* [Requirement] Nothing in the records may be changed; reproduce all of them.

* [Information]
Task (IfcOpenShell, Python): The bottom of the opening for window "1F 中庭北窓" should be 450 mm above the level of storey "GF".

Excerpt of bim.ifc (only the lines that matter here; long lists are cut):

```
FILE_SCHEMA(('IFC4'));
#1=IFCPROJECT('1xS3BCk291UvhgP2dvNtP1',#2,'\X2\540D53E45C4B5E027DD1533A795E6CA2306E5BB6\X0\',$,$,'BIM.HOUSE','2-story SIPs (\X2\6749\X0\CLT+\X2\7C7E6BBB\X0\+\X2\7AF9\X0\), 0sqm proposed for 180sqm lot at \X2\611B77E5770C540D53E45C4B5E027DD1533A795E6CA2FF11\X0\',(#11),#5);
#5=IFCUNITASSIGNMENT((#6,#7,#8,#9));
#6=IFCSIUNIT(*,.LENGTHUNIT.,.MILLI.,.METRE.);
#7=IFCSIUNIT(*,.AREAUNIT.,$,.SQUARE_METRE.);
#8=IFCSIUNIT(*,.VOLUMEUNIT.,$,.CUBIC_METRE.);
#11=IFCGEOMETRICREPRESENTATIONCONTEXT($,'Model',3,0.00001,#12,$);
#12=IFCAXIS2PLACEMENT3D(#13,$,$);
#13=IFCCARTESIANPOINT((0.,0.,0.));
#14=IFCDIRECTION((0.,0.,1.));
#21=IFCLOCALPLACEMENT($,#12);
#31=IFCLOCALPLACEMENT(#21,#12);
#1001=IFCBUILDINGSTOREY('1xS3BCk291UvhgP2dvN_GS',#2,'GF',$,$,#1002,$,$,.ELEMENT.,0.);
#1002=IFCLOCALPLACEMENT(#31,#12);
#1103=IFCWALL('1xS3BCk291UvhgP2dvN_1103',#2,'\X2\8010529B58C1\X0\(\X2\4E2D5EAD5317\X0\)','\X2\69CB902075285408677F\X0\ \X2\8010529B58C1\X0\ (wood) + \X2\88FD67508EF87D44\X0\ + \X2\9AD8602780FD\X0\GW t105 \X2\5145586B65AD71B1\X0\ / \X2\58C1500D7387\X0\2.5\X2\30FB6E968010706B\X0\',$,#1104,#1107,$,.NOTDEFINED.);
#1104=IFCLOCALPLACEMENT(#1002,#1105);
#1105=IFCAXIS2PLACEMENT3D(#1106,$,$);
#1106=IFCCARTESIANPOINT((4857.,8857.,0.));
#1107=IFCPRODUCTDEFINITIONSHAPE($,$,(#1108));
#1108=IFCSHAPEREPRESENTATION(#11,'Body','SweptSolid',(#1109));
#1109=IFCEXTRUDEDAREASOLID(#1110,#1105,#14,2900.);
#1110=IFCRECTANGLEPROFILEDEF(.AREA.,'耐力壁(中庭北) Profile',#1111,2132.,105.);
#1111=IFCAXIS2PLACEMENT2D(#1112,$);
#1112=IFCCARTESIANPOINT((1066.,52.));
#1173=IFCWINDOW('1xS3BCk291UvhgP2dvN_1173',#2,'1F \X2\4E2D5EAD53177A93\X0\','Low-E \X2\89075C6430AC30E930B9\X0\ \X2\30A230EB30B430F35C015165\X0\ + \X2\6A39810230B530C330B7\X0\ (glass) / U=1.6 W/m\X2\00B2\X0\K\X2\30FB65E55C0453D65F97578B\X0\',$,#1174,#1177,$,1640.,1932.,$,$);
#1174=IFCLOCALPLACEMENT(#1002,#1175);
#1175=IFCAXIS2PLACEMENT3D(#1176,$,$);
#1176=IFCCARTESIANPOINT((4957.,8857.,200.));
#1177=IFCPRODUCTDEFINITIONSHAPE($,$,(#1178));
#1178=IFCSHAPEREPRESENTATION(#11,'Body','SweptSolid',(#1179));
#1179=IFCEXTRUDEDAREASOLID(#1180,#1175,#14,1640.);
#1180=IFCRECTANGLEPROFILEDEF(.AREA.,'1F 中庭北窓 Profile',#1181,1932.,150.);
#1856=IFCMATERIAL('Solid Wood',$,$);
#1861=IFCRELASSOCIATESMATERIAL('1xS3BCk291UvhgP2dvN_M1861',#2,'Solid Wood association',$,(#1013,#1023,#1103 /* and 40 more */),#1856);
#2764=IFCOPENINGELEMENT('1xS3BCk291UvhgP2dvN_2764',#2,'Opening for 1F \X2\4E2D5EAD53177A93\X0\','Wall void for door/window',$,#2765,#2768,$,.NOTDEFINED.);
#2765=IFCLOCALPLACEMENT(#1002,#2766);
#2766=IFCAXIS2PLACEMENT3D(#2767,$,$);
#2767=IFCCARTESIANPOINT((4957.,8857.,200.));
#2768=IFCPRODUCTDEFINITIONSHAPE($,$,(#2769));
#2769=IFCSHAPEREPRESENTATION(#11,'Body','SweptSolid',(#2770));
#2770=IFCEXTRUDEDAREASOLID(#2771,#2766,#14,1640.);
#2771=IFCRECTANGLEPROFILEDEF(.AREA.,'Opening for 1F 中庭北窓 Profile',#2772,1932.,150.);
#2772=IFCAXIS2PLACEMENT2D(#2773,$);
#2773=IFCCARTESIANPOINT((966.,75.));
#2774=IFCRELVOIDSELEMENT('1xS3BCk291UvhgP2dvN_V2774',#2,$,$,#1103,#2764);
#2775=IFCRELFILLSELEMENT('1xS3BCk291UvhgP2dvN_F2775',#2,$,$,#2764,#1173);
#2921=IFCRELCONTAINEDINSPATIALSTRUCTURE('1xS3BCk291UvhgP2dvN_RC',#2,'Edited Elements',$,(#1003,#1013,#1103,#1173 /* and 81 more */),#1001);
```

```python
import numpy as np
import ifcopenshell
import ifcopenshell.api.geometry
import ifcopenshell.geom
import ifcopenshell.util.element
import ifcopenshell.util.placement
import ifcopenshell.util.shape
import ifcopenshell.util.unit

model = ifcopenshell.open("bim.ifc")
unit_scale = ifcopenshell.util.unit.calculate_unit_scale(model)

window = model.by_id(1173)
opening = window.FillsVoids[0].RelatingOpeningElement
storey = ifcopenshell.util.element.get_container(window, ifc_class="IfcBuildingStorey")
level = ifcopenshell.util.placement.get_local_placement(storey.ObjectPlacement)[2, 3]

# The opening's origin need not be at the sill, so measure its lowest point.
shape = ifcopenshell.geom.create_shape(ifcopenshell.geom.settings(), opening)
bottom = ifcopenshell.util.shape.get_shape_bottom_elevation(shape, shape.geometry) / unit_scale
dz = level + 0.45 / unit_scale - bottom

shift = np.array([0.0, 0.0, dz])
# The window is not placed relative to its opening, so move both.
for product in (opening, window):
    matrix = ifcopenshell.util.placement.get_local_placement(product.ObjectPlacement)
    matrix[:3, 3] += shift
    ifcopenshell.api.geometry.edit_object_placement(model, product=product, matrix=matrix, is_si=False)

print(f"moved by {dz * unit_scale:+.3f} m")

model.write("bim_rev.ifc")
```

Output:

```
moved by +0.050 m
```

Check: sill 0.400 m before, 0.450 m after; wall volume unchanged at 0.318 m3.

* [Result for this exercise]
Task (IfcOpenShell, Python): The bottom of the opening for window "1F 中庭北窓" should be 450 mm above the level of storey "GF".

Excerpt of bim.ifc (only the lines that matter here; long lists are cut):

```
FILE_SCHEMA(('IFC4'));
#1=IFCPROJECT('1xS3BCk291UvhgP2dvNtP1',#2,'\X2\540D53E45C4B5E027DD1533A795E6CA2306E5BB6\X0\',$,$,'BIM.HOUSE','2-story SIPs (\X2\6749\X0\CLT+\X2\7C7E6BBB\X0\+\X2\7AF9\X0\), 0sqm proposed for 180sqm lot at \X2\611B77E5770C540D53E45C4B5E027DD1533A795E6CA2FF11\X0\',(#11),#5);
#5=IFCUNITASSIGNMENT((#6,#7,#8,#9));
#6=IFCSIUNIT(*,.LENGTHUNIT.,.MILLI.,.METRE.);
#7=IFCSIUNIT(*,.AREAUNIT.,$,.SQUARE_METRE.);
#8=IFCSIUNIT(*,.VOLUMEUNIT.,$,.CUBIC_METRE.);
#11=IFCGEOMETRICREPRESENTATIONCONTEXT($,'Model',3,0.00001,#12,$);
#12=IFCAXIS2PLACEMENT3D(#13,$,$);
#13=IFCCARTESIANPOINT((0.,0.,0.));
#14=IFCDIRECTION((0.,0.,1.));
#21=IFCLOCALPLACEMENT($,#12);
#31=IFCLOCALPLACEMENT(#21,#12);
#1001=IFCBUILDINGSTOREY('1xS3BCk291UvhgP2dvN_GS',#2,'GF',$,$,#1002,$,$,.ELEMENT.,0.);
#1002=IFCLOCALPLACEMENT(#31,#12);
#1103=IFCWALL('1xS3BCk291UvhgP2dvN_1103',#2,'\X2\8010529B58C1\X0\(\X2\4E2D5EAD5317\X0\)','\X2\69CB902075285408677F\X0\ \X2\8010529B58C1\X0\ (wood) + \X2\88FD67508EF87D44\X0\ + \X2\9AD8602780FD\X0\GW t105 \X2\5145586B65AD71B1\X0\ / \X2\58C1500D7387\X0\2.5\X2\30FB6E968010706B\X0\',$,#1104,#1107,$,.NOTDEFINED.);
#1104=IFCLOCALPLACEMENT(#1002,#1105);
#1105=IFCAXIS2PLACEMENT3D(#1106,$,$);
#1106=IFCCARTESIANPOINT((4857.,8857.,0.));
#1107=IFCPRODUCTDEFINITIONSHAPE($,$,(#1108));
#1108=IFCSHAPEREPRESENTATION(#11,'Body','SweptSolid',(#1109));
#1109=IFCEXTRUDEDAREASOLID(#1110,#1105,#14,2900.);
#1110=IFCRECTANGLEPROFILEDEF(.AREA.,'耐力壁(中庭北) Profile',#1111,2132.,105.);
#1111=IFCAXIS2PLACEMENT2D(#1112,$);
#1112=IFCCARTESIANPOINT((1066.,52.));
#1173=IFCWINDOW('1xS3BCk291UvhgP2dvN_1173',#2,'1F \X2\4E2D5EAD53177A93\X0\','Low-E \X2\89075C6430AC30E930B9\X0\ \X2\30A230EB30B430F35C015165\X0\ + \X2\6A39810230B530C330B7\X0\ (glass) / U=1.6 W/m\X2\00B2\X0\K\X2\30FB65E55C0453D65F97578B\X0\',$,#1174,#1177,$,1640.,1932.,$,$);
#1174=IFCLOCALPLACEMENT(#1002,#1175);
#1175=IFCAXIS2PLACEMENT3D(#1176,$,$);
#1176=IFCCARTESIANPOINT((4957.,8857.,200.));
#1177=IFCPRODUCTDEFINITIONSHAPE($,$,(#1178));
#1178=IFCSHAPEREPRESENTATION(#11,'Body','SweptSolid',(#1179));
#1179=IFCEXTRUDEDAREASOLID(#1180,#1175,#14,1640.);
#1180=IFCRECTANGLEPROFILEDEF(.AREA.,'1F 中庭北窓 Profile',#1181,1932.,150.);
#1856=IFCMATERIAL('Solid Wood',$,$);
#1861=IFCRELASSOCIATESMATERIAL('1xS3BCk291UvhgP2dvN_M1861',#2,'Solid Wood association',$,(#1013,#1023,#1103 /* and 40 more */),#1856);
#2764=IFCOPENINGELEMENT('1xS3BCk291UvhgP2dvN_2764',#2,'Opening for 1F \X2\4E2D5EAD53177A93\X0\','Wall void for door/window',$,#2765,#2768,$,.NOTDEFINED.);
#2765=IFCLOCALPLACEMENT(#1002,#2766);
#2766=IFCAXIS2PLACEMENT3D(#2767,$,$);
#2767=IFCCARTESIANPOINT((4957.,8857.,200.));
#2768=IFCPRODUCTDEFINITIONSHAPE($,$,(#2769));
#2769=IFCSHAPEREPRESENTATION(#11,'Body','SweptSolid',(#2770));
#2770=IFCEXTRUDEDAREASOLID(#2771,#2766,#14,1640.);
#2771=IFCRECTANGLEPROFILEDEF(.AREA.,'Opening for 1F 中庭北窓 Profile',#2772,1932.,150.);
#2772=IFCAXIS2PLACEMENT2D(#2773,$);
#2773=IFCCARTESIANPOINT((966.,75.));
#2774=IFCRELVOIDSELEMENT('1xS3BCk291UvhgP2dvN_V2774',#2,$,$,#1103,#2764);
#2775=IFCRELFILLSELEMENT('1xS3BCk291UvhgP2dvN_F2775',#2,$,$,#2764,#1173);
#2921=IFCRELCONTAINEDINSPATIALSTRUCTURE('1xS3BCk291UvhgP2dvN_RC',#2,'Edited Elements',$,(#1003,#1013,#1103,#1173 /* and 81 more */),#1001);
```

```python
import numpy as np
import ifcopenshell
import ifcopenshell.api.geometry
import ifcopenshell.geom
import ifcopenshell.util.element
import ifcopenshell.util.placement
import ifcopenshell.util.shape
import ifcopenshell.util.unit

model = ifcopenshell.open("bim.ifc")
unit_scale = ifcopenshell.util.unit.calculate_unit_scale(model)

window = model.by_id(1173)
opening = window.FillsVoids[0].RelatingOpeningElement
storey = ifcopenshell.util.element.get_container(window, ifc_class="IfcBuildingStorey")
level = ifcopenshell.util.placement.get_local_placement(storey.ObjectPlacement)[2, 3]

# The opening's origin need not be at the sill, so measure its lowest point.
shape = ifcopenshell.geom.create_shape(ifcopenshell.geom.settings(), opening)
bottom = ifcopenshell.util.shape.get_shape_bottom_elevation(shape, shape.geometry) / unit_scale
dz = level + 0.45 / unit_scale - bottom

shift = np.array([0.0, 0.0, dz])
# The window is not placed relative to its opening, so move both.
for product in (opening, window):
    matrix = ifcopenshell.util.placement.get_local_placement(product.ObjectPlacement)
    matrix[:3, 3] += shift
    ifcopenshell.api.geometry.edit_object_placement(model, product=product, matrix=matrix, is_si=False)

print(f"moved by {dz * unit_scale:+.3f} m")

model.write("bim_rev.ifc")
```

Output:

```
moved by +0.050 m
```

Check: sill 0.400 m before, 0.450 m after; wall volume unchanged at 0.318 m3.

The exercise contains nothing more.